Task input Block Start

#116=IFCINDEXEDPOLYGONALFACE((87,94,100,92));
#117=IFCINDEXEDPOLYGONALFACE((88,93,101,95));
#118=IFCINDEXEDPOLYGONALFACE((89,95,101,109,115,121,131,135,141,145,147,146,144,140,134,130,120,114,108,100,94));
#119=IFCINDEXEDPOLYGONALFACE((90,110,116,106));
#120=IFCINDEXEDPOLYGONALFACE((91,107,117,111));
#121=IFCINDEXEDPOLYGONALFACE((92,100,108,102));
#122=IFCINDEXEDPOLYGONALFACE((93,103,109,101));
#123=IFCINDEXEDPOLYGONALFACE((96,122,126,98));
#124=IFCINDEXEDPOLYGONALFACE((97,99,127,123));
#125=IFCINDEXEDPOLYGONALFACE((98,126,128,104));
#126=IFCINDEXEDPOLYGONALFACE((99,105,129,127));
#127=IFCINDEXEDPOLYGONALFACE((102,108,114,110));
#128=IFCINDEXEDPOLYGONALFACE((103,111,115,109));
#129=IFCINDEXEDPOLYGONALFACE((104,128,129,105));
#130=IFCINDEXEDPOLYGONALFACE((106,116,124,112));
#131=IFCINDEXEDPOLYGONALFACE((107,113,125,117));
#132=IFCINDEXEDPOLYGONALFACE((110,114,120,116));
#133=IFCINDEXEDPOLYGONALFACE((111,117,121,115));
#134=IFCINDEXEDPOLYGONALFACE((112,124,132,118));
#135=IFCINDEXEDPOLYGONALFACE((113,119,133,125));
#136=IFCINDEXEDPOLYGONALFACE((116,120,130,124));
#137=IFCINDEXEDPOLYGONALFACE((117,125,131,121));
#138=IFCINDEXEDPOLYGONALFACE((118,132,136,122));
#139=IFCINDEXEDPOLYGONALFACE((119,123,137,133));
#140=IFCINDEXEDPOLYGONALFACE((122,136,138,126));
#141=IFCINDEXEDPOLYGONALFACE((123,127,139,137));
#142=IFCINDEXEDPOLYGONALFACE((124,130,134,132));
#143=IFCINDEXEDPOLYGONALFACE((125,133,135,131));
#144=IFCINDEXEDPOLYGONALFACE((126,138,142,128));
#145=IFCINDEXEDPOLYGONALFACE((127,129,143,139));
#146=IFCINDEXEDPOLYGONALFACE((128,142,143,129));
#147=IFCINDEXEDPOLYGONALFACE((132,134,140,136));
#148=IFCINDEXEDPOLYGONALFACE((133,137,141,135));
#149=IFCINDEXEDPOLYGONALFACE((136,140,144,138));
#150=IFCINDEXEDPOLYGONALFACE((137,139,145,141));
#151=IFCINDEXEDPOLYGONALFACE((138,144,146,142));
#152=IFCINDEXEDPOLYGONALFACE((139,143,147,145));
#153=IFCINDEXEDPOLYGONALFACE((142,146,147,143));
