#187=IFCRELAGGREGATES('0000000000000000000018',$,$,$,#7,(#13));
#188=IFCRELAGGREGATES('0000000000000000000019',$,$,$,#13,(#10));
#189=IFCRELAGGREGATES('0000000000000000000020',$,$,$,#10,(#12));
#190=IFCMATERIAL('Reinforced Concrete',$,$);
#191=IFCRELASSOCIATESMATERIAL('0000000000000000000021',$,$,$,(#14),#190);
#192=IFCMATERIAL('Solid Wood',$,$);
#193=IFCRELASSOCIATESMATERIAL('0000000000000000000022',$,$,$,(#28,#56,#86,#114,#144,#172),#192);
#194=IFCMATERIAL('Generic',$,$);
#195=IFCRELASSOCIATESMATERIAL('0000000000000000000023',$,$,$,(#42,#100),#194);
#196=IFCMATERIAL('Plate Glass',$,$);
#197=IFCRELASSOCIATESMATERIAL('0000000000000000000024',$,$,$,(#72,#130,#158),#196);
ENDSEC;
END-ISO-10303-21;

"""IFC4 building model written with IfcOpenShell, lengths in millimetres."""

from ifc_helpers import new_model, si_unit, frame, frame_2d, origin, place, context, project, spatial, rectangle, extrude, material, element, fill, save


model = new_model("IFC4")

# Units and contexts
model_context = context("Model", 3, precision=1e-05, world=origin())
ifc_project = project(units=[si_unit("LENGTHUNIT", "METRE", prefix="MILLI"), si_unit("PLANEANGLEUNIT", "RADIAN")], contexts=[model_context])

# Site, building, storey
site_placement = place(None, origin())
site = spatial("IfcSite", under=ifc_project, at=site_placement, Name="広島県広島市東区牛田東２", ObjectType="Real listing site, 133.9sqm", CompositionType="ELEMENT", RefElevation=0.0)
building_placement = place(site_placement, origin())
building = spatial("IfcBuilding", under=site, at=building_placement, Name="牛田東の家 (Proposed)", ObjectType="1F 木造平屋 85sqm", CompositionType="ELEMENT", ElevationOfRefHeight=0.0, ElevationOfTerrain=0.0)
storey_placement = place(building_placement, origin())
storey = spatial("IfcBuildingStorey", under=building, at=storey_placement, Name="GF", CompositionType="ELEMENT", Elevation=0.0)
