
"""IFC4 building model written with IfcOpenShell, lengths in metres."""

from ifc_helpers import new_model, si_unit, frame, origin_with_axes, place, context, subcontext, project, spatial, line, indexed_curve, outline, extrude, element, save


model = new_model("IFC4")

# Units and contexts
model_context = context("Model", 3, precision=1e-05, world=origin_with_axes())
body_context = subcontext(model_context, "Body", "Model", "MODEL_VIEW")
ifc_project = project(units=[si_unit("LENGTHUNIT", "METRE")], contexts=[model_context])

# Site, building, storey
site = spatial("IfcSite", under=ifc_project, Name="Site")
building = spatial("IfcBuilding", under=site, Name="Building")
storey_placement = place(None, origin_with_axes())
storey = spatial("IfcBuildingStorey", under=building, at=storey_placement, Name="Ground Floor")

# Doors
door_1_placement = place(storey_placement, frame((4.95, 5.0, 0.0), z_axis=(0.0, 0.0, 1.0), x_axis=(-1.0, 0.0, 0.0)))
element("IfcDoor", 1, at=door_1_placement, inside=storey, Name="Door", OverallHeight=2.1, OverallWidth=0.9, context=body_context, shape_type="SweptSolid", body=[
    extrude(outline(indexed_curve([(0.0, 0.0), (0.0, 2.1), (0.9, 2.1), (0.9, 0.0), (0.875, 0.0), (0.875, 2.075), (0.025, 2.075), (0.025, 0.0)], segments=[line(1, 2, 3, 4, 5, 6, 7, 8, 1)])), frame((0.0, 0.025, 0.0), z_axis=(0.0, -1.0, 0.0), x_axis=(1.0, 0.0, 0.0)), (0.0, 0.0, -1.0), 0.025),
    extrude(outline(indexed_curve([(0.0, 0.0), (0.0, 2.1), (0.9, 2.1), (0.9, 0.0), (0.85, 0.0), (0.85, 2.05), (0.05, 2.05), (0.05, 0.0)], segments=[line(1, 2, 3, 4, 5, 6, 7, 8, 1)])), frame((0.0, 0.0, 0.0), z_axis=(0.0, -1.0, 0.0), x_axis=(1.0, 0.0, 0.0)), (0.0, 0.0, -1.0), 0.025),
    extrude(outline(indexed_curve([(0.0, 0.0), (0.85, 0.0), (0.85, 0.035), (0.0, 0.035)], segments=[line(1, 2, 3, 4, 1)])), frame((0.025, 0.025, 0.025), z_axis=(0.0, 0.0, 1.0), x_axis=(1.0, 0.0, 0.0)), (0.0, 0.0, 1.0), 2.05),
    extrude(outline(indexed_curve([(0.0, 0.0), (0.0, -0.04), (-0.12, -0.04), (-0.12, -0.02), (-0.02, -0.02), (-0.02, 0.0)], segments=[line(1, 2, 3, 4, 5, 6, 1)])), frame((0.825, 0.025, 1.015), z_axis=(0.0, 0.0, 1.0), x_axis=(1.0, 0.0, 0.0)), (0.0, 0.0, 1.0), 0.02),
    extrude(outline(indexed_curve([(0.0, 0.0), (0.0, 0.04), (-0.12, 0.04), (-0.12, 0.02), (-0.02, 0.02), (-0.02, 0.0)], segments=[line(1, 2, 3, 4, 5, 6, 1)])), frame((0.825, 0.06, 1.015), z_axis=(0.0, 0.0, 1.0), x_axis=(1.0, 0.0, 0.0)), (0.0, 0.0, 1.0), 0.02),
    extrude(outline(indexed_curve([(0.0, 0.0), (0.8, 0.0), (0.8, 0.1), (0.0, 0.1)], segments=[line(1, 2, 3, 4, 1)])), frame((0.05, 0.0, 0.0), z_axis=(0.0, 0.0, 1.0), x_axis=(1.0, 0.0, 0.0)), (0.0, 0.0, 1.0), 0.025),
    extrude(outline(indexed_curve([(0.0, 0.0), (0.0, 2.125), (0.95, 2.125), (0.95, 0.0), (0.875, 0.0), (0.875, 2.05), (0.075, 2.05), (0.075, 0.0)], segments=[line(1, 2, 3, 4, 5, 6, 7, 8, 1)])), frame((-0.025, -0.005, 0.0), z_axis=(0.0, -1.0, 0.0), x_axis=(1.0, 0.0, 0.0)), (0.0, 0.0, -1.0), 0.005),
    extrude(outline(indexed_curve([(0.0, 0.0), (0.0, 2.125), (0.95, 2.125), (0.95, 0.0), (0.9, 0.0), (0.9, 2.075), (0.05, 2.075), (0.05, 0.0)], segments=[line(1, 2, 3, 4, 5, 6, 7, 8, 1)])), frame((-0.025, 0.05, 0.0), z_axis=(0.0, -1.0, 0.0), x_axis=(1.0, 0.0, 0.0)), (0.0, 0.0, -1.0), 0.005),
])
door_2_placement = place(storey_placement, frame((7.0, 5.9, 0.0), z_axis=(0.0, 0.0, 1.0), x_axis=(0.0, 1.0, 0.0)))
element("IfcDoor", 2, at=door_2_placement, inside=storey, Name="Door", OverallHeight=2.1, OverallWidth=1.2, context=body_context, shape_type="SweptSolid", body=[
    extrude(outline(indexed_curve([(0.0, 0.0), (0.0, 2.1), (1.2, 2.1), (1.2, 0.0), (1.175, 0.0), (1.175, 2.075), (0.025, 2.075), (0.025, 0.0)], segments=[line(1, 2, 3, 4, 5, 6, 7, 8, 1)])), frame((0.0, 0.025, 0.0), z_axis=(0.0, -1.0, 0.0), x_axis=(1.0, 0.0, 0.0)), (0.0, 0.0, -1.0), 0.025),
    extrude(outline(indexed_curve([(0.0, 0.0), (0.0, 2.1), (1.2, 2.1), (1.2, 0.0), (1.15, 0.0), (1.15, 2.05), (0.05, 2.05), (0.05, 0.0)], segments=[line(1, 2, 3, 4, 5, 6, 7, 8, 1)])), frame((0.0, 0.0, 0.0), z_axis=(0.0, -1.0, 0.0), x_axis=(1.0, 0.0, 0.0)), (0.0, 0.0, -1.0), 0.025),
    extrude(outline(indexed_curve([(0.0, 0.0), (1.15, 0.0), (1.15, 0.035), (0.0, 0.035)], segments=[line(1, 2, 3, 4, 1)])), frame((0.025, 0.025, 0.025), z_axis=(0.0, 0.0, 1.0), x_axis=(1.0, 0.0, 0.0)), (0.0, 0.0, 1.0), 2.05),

Task input Block End

> **What you will do**
Return exactly the lines from the beginning of the data above through the one containing "#125=IFCINDEXEDPOLYGONALFACE((98,126,128,104));", please. Include both end lines and add nothing else.

> **Result for this task**
#116=IFCINDEXEDPOLYGONALFACE((87,94,100,92));
#117=IFCINDEXEDPOLYGONALFACE((88,93,101,95));
#118=IFCINDEXEDPOLYGONALFACE((89,95,101,109,115,121,131,135,141,145,147,146,144,140,134,130,120,114,108,100,94));
#119=IFCINDEXEDPOLYGONALFACE((90,110,116,106));
#120=IFCINDEXEDPOLYGONALFACE((91,107,117,111));
#121=IFCINDEXEDPOLYGONALFACE((92,100,108,102));
#122=IFCINDEXEDPOLYGONALFACE((93,103,109,101));
#123=IFCINDEXEDPOLYGONALFACE((96,122,126,98));
#124=IFCINDEXEDPOLYGONALFACE((97,99,127,123));
#125=IFCINDEXEDPOLYGONALFACE((98,126,128,104));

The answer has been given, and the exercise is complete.